### WHAT TO WORK ON
Take the records below and set them down exactly, so that every line matches the original.

### RECORD EXCERPTS
====

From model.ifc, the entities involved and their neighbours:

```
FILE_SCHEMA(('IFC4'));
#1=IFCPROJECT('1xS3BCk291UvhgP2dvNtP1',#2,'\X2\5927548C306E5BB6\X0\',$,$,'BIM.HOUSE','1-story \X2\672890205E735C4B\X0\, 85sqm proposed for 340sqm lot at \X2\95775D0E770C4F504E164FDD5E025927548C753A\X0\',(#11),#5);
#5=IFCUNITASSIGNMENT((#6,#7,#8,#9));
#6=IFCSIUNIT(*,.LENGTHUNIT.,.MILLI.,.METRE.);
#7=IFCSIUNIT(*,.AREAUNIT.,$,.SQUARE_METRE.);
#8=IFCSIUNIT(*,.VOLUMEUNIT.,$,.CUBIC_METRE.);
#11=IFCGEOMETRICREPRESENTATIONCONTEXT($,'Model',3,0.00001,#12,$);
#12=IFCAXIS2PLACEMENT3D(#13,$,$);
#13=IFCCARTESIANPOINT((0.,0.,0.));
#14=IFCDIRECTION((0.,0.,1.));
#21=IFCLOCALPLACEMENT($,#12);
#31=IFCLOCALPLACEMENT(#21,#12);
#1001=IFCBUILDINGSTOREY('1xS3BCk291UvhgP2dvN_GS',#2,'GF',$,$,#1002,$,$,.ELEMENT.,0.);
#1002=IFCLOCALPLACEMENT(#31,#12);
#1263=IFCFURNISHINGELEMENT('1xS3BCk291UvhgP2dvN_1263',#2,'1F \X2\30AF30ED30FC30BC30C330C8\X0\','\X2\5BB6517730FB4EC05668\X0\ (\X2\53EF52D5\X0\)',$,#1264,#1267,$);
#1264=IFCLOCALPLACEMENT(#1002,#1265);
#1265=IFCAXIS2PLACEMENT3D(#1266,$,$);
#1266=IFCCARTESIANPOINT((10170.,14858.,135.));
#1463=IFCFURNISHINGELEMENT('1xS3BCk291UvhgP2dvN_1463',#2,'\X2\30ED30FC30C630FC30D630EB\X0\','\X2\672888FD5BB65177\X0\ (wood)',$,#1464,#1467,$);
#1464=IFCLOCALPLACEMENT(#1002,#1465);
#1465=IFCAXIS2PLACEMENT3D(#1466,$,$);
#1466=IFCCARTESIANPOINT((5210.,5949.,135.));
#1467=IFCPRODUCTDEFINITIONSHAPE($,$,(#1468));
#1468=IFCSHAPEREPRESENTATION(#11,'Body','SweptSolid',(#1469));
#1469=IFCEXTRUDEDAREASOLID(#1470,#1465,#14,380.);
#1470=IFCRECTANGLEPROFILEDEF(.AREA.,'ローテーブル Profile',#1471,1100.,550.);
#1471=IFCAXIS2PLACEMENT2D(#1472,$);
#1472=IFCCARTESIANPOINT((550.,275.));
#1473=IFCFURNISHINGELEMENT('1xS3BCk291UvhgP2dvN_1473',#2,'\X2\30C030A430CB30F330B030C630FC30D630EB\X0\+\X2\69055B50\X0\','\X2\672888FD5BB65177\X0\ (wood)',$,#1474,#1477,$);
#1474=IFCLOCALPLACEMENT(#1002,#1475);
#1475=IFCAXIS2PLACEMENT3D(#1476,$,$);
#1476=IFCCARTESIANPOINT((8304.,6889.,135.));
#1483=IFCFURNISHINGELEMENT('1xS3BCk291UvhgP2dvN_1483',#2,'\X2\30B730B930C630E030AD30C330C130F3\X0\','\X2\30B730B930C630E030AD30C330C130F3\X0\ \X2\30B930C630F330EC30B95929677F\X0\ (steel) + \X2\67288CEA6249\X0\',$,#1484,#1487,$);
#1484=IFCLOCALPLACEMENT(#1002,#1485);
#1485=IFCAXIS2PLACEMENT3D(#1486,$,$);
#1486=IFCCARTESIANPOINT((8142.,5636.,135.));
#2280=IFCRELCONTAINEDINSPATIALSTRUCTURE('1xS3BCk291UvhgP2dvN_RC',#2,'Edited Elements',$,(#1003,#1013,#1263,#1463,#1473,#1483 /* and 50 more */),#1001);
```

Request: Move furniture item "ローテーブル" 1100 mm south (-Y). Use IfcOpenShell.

```python
import ifcopenshell
import ifcopenshell.api.geometry
import ifcopenshell.util.placement
import ifcopenshell.util.unit

model = ifcopenshell.open("model.ifc")
unit_scale = ifcopenshell.util.unit.calculate_unit_scale(model)

item = model.by_guid("1xS3BCk291UvhgP2dvN_1463")
matrix = ifcopenshell.util.placement.get_local_placement(item.ObjectPlacement)
matrix[1, 3] -= 1.1 / unit_scale
ifcopenshell.api.geometry.edit_object_placement(model, product=item, matrix=matrix, is_si=False)

print(ifcopenshell.util.placement.get_local_placement(item.ObjectPlacement).round(3) + 0.0)

model.write("model-out.ifc")
```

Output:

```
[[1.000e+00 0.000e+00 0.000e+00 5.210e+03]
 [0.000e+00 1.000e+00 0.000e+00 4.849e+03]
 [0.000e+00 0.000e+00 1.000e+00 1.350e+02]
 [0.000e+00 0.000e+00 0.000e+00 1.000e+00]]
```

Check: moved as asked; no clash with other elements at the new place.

====

### EXERCISE RESULT
From model.ifc, the entities involved and their neighbours:

```
FILE_SCHEMA(('IFC4'));
#1=IFCPROJECT('1xS3BCk291UvhgP2dvNtP1',#2,'\X2\5927548C306E5BB6\X0\',$,$,'BIM.HOUSE','1-story \X2\672890205E735C4B\X0\, 85sqm proposed for 340sqm lot at \X2\95775D0E770C4F504E164FDD5E025927548C753A\X0\',(#11),#5);
#5=IFCUNITASSIGNMENT((#6,#7,#8,#9));
#6=IFCSIUNIT(*,.LENGTHUNIT.,.MILLI.,.METRE.);
#7=IFCSIUNIT(*,.AREAUNIT.,$,.SQUARE_METRE.);
#8=IFCSIUNIT(*,.VOLUMEUNIT.,$,.CUBIC_METRE.);
#11=IFCGEOMETRICREPRESENTATIONCONTEXT($,'Model',3,0.00001,#12,$);
#12=IFCAXIS2PLACEMENT3D(#13,$,$);
#13=IFCCARTESIANPOINT((0.,0.,0.));
#14=IFCDIRECTION((0.,0.,1.));
#21=IFCLOCALPLACEMENT($,#12);
#31=IFCLOCALPLACEMENT(#21,#12);
#1001=IFCBUILDINGSTOREY('1xS3BCk291UvhgP2dvN_GS',#2,'GF',$,$,#1002,$,$,.ELEMENT.,0.);
#1002=IFCLOCALPLACEMENT(#31,#12);
#1263=IFCFURNISHINGELEMENT('1xS3BCk291UvhgP2dvN_1263',#2,'1F \X2\30AF30ED30FC30BC30C330C8\X0\','\X2\5BB6517730FB4EC05668\X0\ (\X2\53EF52D5\X0\)',$,#1264,#1267,$);
#1264=IFCLOCALPLACEMENT(#1002,#1265);
#1265=IFCAXIS2PLACEMENT3D(#1266,$,$);
#1266=IFCCARTESIANPOINT((10170.,14858.,135.));
#1463=IFCFURNISHINGELEMENT('1xS3BCk291UvhgP2dvN_1463',#2,'\X2\30ED30FC30C630FC30D630EB\X0\','\X2\672888FD5BB65177\X0\ (wood)',$,#1464,#1467,$);
#1464=IFCLOCALPLACEMENT(#1002,#1465);
#1465=IFCAXIS2PLACEMENT3D(#1466,$,$);
#1466=IFCCARTESIANPOINT((5210.,5949.,135.));
#1467=IFCPRODUCTDEFINITIONSHAPE($,$,(#1468));
#1468=IFCSHAPEREPRESENTATION(#11,'Body','SweptSolid',(#1469));
#1469=IFCEXTRUDEDAREASOLID(#1470,#1465,#14,380.);
#1470=IFCRECTANGLEPROFILEDEF(.AREA.,'ローテーブル Profile',#1471,1100.,550.);
#1471=IFCAXIS2PLACEMENT2D(#1472,$);
#1472=IFCCARTESIANPOINT((550.,275.));
#1473=IFCFURNISHINGELEMENT('1xS3BCk291UvhgP2dvN_1473',#2,'\X2\30C030A430CB30F330B030C630FC30D630EB\X0\+\X2\69055B50\X0\','\X2\672888FD5BB65177\X0\ (wood)',$,#1474,#1477,$);
#1474=IFCLOCALPLACEMENT(#1002,#1475);
#1475=IFCAXIS2PLACEMENT3D(#1476,$,$);
#1476=IFCCARTESIANPOINT((8304.,6889.,135.));
#1483=IFCFURNISHINGELEMENT('1xS3BCk291UvhgP2dvN_1483',#2,'\X2\30B730B930C630E030AD30C330C130F3\X0\','\X2\30B730B930C630E030AD30C330C130F3\X0\ \X2\30B930C630F330EC30B95929677F\X0\ (steel) + \X2\67288CEA6249\X0\',$,#1484,#1487,$);
#1484=IFCLOCALPLACEMENT(#1002,#1485);
#1485=IFCAXIS2PLACEMENT3D(#1486,$,$);
#1486=IFCCARTESIANPOINT((8142.,5636.,135.));
#2280=IFCRELCONTAINEDINSPATIALSTRUCTURE('1xS3BCk291UvhgP2dvN_RC',#2,'Edited Elements',$,(#1003,#1013,#1263,#1463,#1473,#1483 /* and 50 more */),#1001);
```

Request: Move furniture item "ローテーブル" 1100 mm south (-Y). Use IfcOpenShell.

```python
import ifcopenshell
import ifcopenshell.api.geometry
import ifcopenshell.util.placement
import ifcopenshell.util.unit

model = ifcopenshell.open("model.ifc")
unit_scale = ifcopenshell.util.unit.calculate_unit_scale(model)

item = model.by_guid("1xS3BCk291UvhgP2dvN_1463")
matrix = ifcopenshell.util.placement.get_local_placement(item.ObjectPlacement)
matrix[1, 3] -= 1.1 / unit_scale
ifcopenshell.api.geometry.edit_object_placement(model, product=item, matrix=matrix, is_si=False)

print(ifcopenshell.util.placement.get_local_placement(item.ObjectPlacement).round(3) + 0.0)

model.write("model-out.ifc")
```

Output:

```
[[1.000e+00 0.000e+00 0.000e+00 5.210e+03]
 [0.000e+00 1.000e+00 0.000e+00 4.849e+03]
 [0.000e+00 0.000e+00 1.000e+00 1.350e+02]
 [0.000e+00 0.000e+00 0.000e+00 1.000e+00]]
```

Check: moved as asked; no clash with other elements at the new place.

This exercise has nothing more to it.